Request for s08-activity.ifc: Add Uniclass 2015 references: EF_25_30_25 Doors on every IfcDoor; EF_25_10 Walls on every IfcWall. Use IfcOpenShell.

First a look at what the model holds.

```python
import ifcopenshell

model = ifcopenshell.open("s08-activity.ifc")
print(model.schema)
print("classifications:", [c.Name for c in model.by_type("IfcClassification")])
for ifc_class in ("IfcDoor", "IfcRoof", "IfcStair", "IfcWall", "IfcWindow"):
    print(ifc_class, len(model.by_type(ifc_class)))
```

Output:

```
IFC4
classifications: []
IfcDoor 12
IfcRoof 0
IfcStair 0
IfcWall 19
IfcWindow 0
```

```python
import ifcopenshell
import ifcopenshell.api.classification

model = ifcopenshell.open("s08-activity.ifc")

system = ifcopenshell.api.classification.add_classification(model, classification="Uniclass 2015")

codes = {
    "IfcDoor": ("EF_25_30_25", "Doors"),
    "IfcWall": ("EF_25_10", "Walls"),
}
for ifc_class, (code, name) in codes.items():
    products = model.by_type(ifc_class)
    ifcopenshell.api.classification.add_reference(
        model, products=products, classification=system, identification=code, name=name
    )
    print(code, len(products))

model.write("s08-activity-out.ifc")
```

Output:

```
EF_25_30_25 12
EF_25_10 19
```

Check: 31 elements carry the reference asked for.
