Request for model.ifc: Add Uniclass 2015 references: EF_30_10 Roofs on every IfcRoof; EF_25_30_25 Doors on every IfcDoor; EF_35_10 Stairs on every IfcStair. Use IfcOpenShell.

First a look at what the model holds.

```python
import ifcopenshell

model = ifcopenshell.open("model.ifc")
print(model.schema)
print("classifications:", [c.Name for c in model.by_type("IfcClassification")])
for ifc_class in ("IfcDoor", "IfcRoof", "IfcStair", "IfcWall", "IfcWindow"):
    print(ifc_class, len(model.by_type(ifc_class)))
```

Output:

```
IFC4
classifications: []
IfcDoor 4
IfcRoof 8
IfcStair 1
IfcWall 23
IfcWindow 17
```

```python
import ifcopenshell
import ifcopenshell.api.classification

model = ifcopenshell.open("model.ifc")

system = ifcopenshell.api.classification.add_classification(model, classification="Uniclass 2015")

codes = {
    "IfcRoof": ("EF_30_10", "Roofs"),
    "IfcDoor": ("EF_25_30_25", "Doors"),
    "IfcStair": ("EF_35_10", "Stairs"),
}
for ifc_class, (code, name) in codes.items():
    products = model.by_type(ifc_class)
    ifcopenshell.api.classification.add_reference(
        model, products=products, classification=system, identification=code, name=name
    )
    print(code, len(products))

model.write("model-out.ifc")
```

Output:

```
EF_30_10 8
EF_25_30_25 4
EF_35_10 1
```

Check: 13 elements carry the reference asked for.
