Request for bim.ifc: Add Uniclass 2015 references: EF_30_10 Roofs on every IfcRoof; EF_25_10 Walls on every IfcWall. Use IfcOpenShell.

First a look at what the model holds.

```python
import ifcopenshell

model = ifcopenshell.open("bim.ifc")
print(model.schema)
print("classifications:", [c.Name for c in model.by_type("IfcClassification")])
for ifc_class in ("IfcDoor", "IfcRoof", "IfcStair", "IfcWall", "IfcWindow"):
    print(ifc_class, len(model.by_type(ifc_class)))
```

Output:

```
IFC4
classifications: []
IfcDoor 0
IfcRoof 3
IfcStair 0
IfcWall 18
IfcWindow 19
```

```python
import ifcopenshell
import ifcopenshell.api.classification

model = ifcopenshell.open("bim.ifc")

system = ifcopenshell.api.classification.add_classification(model, classification="Uniclass 2015")

codes = {
    "IfcRoof": ("EF_30_10", "Roofs"),
    "IfcWall": ("EF_25_10", "Walls"),
}
for ifc_class, (code, name) in codes.items():
    products = model.by_type(ifc_class)
    ifcopenshell.api.classification.add_reference(
        model, products=products, classification=system, identification=code, name=name
    )
    print(code, len(products))

model.write("bim_edited.ifc")
```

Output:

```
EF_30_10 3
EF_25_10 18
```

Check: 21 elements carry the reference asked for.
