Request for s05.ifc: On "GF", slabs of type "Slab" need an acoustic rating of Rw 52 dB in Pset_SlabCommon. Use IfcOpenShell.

First a look at what the model holds.

```python
import ifcopenshell
import ifcopenshell.util.element

model = ifcopenshell.open("s05.ifc")
print(model.schema)
storey = next(s for s in model.by_type("IfcBuildingStorey") if s.Name == "GF")
slabs = [e for e in ifcopenshell.util.element.get_decomposition(storey) if e.is_a("IfcSlab")]
seen = {}
for e in slabs:
    element_type = ifcopenshell.util.element.get_type(e)
    key = (element_type.Name if element_type != e and element_type else None, ifcopenshell.util.element.get_pset(e, "Pset_SlabCommon", "AcousticRating"))
    seen[key] = seen.get(key, 0) + 1
for (name, value), count in sorted(seen.items(), key=str):
    print(count, "x", name, "|", value)
```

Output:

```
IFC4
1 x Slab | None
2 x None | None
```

```python
import ifcopenshell
import ifcopenshell.api.pset
import ifcopenshell.util.element

model = ifcopenshell.open("s05.ifc")

storey = next(s for s in model.by_type("IfcBuildingStorey") if s.Name == "GF")
slabs = [e for e in ifcopenshell.util.element.get_decomposition(storey) if e.is_a("IfcSlab")]

count = 0
for e in slabs:
    element_type = ifcopenshell.util.element.get_type(e)
    if element_type in (None, e) or element_type.Name != "Slab":
        continue
    # add_pset returns the element's existing set when there is one.
    pset = ifcopenshell.api.pset.add_pset(model, product=e, name="Pset_SlabCommon")
    ifcopenshell.api.pset.edit_pset(model, pset=pset, properties={"AcousticRating": "Rw 52 dB"})
    count += 1

print(count, "slabs updated")

model.write("s05_updated.ifc")
```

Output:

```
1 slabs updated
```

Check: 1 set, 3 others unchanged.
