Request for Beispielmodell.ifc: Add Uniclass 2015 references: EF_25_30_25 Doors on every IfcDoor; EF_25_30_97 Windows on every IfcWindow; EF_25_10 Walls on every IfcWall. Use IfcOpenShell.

First a look at what the model holds.

```python
import ifcopenshell

model = ifcopenshell.open("Beispielmodell.ifc")
print(model.schema)
print("classifications:", [c.Name for c in model.by_type("IfcClassification")])
for ifc_class in ("IfcDoor", "IfcRoof", "IfcStair", "IfcWall", "IfcWindow"):
    print(ifc_class, len(model.by_type(ifc_class)))
```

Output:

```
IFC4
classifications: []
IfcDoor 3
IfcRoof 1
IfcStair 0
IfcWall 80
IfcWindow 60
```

```python
import ifcopenshell
import ifcopenshell.api.classification

model = ifcopenshell.open("Beispielmodell.ifc")

system = ifcopenshell.api.classification.add_classification(model, classification="Uniclass 2015")

codes = {
    "IfcDoor": ("EF_25_30_25", "Doors"),
    "IfcWindow": ("EF_25_30_97", "Windows"),
    "IfcWall": ("EF_25_10", "Walls"),
}
for ifc_class, (code, name) in codes.items():
    products = model.by_type(ifc_class)
    ifcopenshell.api.classification.add_reference(
        model, products=products, classification=system, identification=code, name=name
    )
    print(code, len(products))

model.write("Beispielmodell_v2.ifc")
```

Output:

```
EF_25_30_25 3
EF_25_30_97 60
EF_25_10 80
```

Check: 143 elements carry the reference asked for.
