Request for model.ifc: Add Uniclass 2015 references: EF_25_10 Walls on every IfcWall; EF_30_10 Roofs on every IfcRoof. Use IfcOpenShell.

First a look at what the model holds.

```python
import ifcopenshell

model = ifcopenshell.open("model.ifc")
print(model.schema)
print("classifications:", [c.Name for c in model.by_type("IfcClassification")])
for ifc_class in ("IfcDoor", "IfcRoof", "IfcStair", "IfcWall", "IfcWindow"):
    print(ifc_class, len(model.by_type(ifc_class)))
```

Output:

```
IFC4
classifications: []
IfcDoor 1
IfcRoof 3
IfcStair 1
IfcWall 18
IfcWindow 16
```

```python
import ifcopenshell
import ifcopenshell.api.classification

model = ifcopenshell.open("model.ifc")

system = ifcopenshell.api.classification.add_classification(model, classification="Uniclass 2015")

codes = {
    "IfcWall": ("EF_25_10", "Walls"),
    "IfcRoof": ("EF_30_10", "Roofs"),
}
for ifc_class, (code, name) in codes.items():
    products = model.by_type(ifc_class)
    ifcopenshell.api.classification.add_reference(
        model, products=products, classification=system, identification=code, name=name
    )
    print(code, len(products))

model.write("model_v2.ifc")
```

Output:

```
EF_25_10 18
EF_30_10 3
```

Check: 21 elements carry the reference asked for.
+===+
What you should do:
Report every line of the records that contains the word "asked".

Completed exercise:
Check: 31 elements carry the reference asked for.
Check: 13 elements carry the reference asked for.
Check: 21 elements carry the reference asked for.
Check: 143 elements carry the reference asked for.
Check: 21 elements carry the reference asked for.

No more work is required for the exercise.